Looks interesting and ambitious! But I am sensing some methodological obstacles here, which I would like to point out and explore. You write:

Within those projects, I'm aiming to work on subprojects that are:

Posed in terms that are familiar to conventional ML;

interesting to solve from the conventional ML perspective;

and whose solutions can be extended to the big issues in AI safety.

Now, take the example of the capture the cube game from the Deepmind blog post. This is a game where player 1 tries to move a cube into the white zone. and player 2 tries to move it into the blue zone on the other end of the board. If the agents learn to betray each other here, how would you fix this?

We'll experiment with ways of motivating the agents to avoid betrayals, or getting anywhere near to them, and see if these ideas scale.

There are three approaches to motivating agents to avoid betrayals in capture the cube that I can see:

change the physical reality of the game: change the physics of the game world or the initial state of the game world
change the reward functions of the players
change the ML algorithms inside the players, so that they are no longer capable of finding the optimal betrayal-based strategy.

Your agenda says that you want to find solutions that are interesting from the conventional ML perspective. However, in the conventional ML perspective:

tweaking the physics of the toy environment to improve agent behavior is out of scope. It is close to cheating on the benchmark.
any consideration of reward function design is out of scope. Tweaking it to improve learned behavior is again close to cheating.
introducing damage into your ML algorithms so that they will no longer find the optimal policy is just plain weird, out of scope, and close to cheating.

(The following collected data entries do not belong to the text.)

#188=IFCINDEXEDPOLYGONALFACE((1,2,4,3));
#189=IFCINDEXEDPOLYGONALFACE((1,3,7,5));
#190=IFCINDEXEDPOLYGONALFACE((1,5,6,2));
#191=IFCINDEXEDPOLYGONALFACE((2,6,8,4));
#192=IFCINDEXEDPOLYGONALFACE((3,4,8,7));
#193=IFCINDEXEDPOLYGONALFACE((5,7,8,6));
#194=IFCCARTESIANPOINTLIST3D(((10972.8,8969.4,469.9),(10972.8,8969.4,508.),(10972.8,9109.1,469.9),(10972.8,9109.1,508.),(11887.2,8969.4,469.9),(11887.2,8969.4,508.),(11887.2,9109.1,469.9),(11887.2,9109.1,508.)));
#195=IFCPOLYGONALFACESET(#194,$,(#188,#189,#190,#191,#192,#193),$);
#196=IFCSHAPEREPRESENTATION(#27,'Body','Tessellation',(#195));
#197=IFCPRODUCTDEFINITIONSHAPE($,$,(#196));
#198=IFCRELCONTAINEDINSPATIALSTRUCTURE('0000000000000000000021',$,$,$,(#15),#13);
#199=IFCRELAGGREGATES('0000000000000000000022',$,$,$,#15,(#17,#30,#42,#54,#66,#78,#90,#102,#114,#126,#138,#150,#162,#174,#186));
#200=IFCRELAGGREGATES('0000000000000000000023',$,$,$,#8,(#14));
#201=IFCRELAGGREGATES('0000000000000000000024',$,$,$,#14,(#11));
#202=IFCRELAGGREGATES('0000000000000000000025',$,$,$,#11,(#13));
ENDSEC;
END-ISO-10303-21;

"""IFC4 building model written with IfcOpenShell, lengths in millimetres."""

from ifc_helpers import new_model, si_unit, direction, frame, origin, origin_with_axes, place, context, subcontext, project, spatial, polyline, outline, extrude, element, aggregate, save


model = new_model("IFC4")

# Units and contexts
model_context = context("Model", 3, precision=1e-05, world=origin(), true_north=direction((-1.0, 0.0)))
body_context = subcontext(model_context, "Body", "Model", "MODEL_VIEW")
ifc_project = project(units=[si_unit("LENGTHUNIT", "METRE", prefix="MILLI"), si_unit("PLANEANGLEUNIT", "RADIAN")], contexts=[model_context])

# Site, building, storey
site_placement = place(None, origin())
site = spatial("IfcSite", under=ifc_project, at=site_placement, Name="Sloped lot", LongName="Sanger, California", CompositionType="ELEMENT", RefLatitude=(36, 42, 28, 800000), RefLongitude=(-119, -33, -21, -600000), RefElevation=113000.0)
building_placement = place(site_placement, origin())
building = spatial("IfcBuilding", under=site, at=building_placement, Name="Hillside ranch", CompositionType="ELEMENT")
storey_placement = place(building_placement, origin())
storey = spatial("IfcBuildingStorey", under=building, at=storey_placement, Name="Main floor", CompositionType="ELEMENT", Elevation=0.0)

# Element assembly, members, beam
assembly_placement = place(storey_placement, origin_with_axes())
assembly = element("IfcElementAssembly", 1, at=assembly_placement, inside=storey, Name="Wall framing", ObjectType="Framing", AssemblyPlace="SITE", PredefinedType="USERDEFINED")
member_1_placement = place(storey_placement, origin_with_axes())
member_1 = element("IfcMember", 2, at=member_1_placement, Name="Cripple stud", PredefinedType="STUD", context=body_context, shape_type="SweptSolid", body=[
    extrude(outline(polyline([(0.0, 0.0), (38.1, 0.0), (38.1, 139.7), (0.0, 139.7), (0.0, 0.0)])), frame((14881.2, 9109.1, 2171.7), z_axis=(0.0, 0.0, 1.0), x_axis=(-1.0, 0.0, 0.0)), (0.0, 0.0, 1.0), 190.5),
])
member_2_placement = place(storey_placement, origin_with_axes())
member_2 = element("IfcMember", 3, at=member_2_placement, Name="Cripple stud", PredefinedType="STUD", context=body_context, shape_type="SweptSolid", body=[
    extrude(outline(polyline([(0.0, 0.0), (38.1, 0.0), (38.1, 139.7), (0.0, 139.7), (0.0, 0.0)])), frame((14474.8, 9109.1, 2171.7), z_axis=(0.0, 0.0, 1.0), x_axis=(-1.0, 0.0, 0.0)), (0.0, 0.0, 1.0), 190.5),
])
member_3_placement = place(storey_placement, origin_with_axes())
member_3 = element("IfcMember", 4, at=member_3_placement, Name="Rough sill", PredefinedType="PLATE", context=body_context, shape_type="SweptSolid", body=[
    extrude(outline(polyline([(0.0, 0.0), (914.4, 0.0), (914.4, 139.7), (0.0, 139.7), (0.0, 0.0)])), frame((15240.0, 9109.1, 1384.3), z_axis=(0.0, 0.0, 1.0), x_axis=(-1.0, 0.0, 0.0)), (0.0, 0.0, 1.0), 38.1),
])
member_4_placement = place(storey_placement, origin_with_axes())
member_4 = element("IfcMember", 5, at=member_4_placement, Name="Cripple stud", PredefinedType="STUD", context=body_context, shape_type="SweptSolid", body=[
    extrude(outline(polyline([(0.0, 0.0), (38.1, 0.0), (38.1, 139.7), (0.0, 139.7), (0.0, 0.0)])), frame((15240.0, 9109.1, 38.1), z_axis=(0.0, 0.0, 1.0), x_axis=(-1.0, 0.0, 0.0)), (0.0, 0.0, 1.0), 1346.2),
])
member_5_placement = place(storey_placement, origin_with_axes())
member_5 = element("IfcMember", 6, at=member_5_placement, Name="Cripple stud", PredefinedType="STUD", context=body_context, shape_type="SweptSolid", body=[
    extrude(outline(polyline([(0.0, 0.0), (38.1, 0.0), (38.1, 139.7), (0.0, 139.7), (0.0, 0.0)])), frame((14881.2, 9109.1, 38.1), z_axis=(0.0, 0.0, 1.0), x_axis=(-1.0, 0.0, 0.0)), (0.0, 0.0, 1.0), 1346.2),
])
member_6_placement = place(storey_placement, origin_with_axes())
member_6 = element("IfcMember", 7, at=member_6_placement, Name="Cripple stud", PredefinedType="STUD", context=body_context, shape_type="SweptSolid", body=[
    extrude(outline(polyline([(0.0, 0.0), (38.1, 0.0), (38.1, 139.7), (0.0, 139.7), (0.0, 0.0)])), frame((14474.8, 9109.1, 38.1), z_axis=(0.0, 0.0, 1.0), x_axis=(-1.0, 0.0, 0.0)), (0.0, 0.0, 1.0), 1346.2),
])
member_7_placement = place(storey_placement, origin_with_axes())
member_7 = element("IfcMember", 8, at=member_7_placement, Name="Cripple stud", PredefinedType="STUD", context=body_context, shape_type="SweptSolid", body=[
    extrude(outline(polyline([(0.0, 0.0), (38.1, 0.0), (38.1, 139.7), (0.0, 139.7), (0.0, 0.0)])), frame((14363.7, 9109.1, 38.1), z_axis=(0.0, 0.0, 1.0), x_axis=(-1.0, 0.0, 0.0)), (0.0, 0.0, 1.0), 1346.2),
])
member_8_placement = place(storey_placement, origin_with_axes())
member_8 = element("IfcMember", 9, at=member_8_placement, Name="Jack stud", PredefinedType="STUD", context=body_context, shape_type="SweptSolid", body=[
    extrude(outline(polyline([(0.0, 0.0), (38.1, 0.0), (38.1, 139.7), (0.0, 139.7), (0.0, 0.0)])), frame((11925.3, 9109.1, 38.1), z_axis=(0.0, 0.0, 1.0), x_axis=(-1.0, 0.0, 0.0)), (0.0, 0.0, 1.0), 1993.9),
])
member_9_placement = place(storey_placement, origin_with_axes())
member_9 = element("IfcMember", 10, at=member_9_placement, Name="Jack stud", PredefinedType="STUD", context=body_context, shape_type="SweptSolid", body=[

So I'd argue that you have nowhere to move if you want to solve this problem while also pleasing conventional ML researchers. Conventional ML researchers will always respond by saying that your solution is trivial, problem-specific, and therefore uninteresting.

OK, maybe I am painting too much of a hard-core bitter lesson picture of conventional ML research here. I could make the above observations disappear by using a notion of conventional ML research that is more liberal in what it will treat as in-scope, instead of as cheating.

What I would personally find exiting would be a methodological approach where you experiment with 1) and 2) above, and ignore 3).

In the capture the cube game, you might experiment with reward functions that give more points for a fast capture followed by a fast move to a winning zone, which ends the game, and less for a slow one. If you also make this an iterated game (it may already be a de-facto iterated game depending on the ML setup), I would expect that you can produce robust collaborative behavior with this time-based reward function. The agents may learn to do the equivalent of flipping a coin at the start to decide who will win this time: they will implicitly evolve a social contract about sharing scarce resources.

You might also investigate a game scoring variant with different time discount factors, factors which more heavily or more lightly penalize wins which take longer to achieve. I would expect that with higher penalties for taking a longer time to win, collaborative behavior under differences between player intelligence and ability will remain more robust, because even a weaker player can always slow down a stronger player a bit if they want to. This penalty approach might then generalize to other types of games.

The kind of thing I have in mind above could also be explored in much more simple toy worlds than those offered by XLand. I have been thinking of a game where we drop two players on a barren planet, where one has the reward function to maximize paperclips, and one to maximize staples. If the number of paperclips and staples is discounted, e,g, the time-based reward functions are and $s t a p l e s^{0.1}$ , this might produce more collaborative/sharing behavior, and suppress a risky fight to capture total dominance over resources.

Potentially, some branch of game theory has already produced a whole body of knowledge that examines this type of approach to turning competitive games into collaborative games, and has come up with useful general results and design principles. Do not know. I sometimes wonder about embarking on a broad game theory literature search to find out. The methodological danger of using XLand to examine these game theoretical questions is that by spending months working in the lab, you will save hours in the library.

These general methodological issues have been on my mind recently. I have been wondering if AI alignment/safety researchers should spend less time with ML researchers and their worldview, and more time with game theory people.

I would be interested in your thoughts on these methodological issues, specifically your thoughts about how you will handle them in this particular subproject. One option I did not discuss above is transfer learning which primes the agents on collaborative games only, to then explore their behavior on competitive games.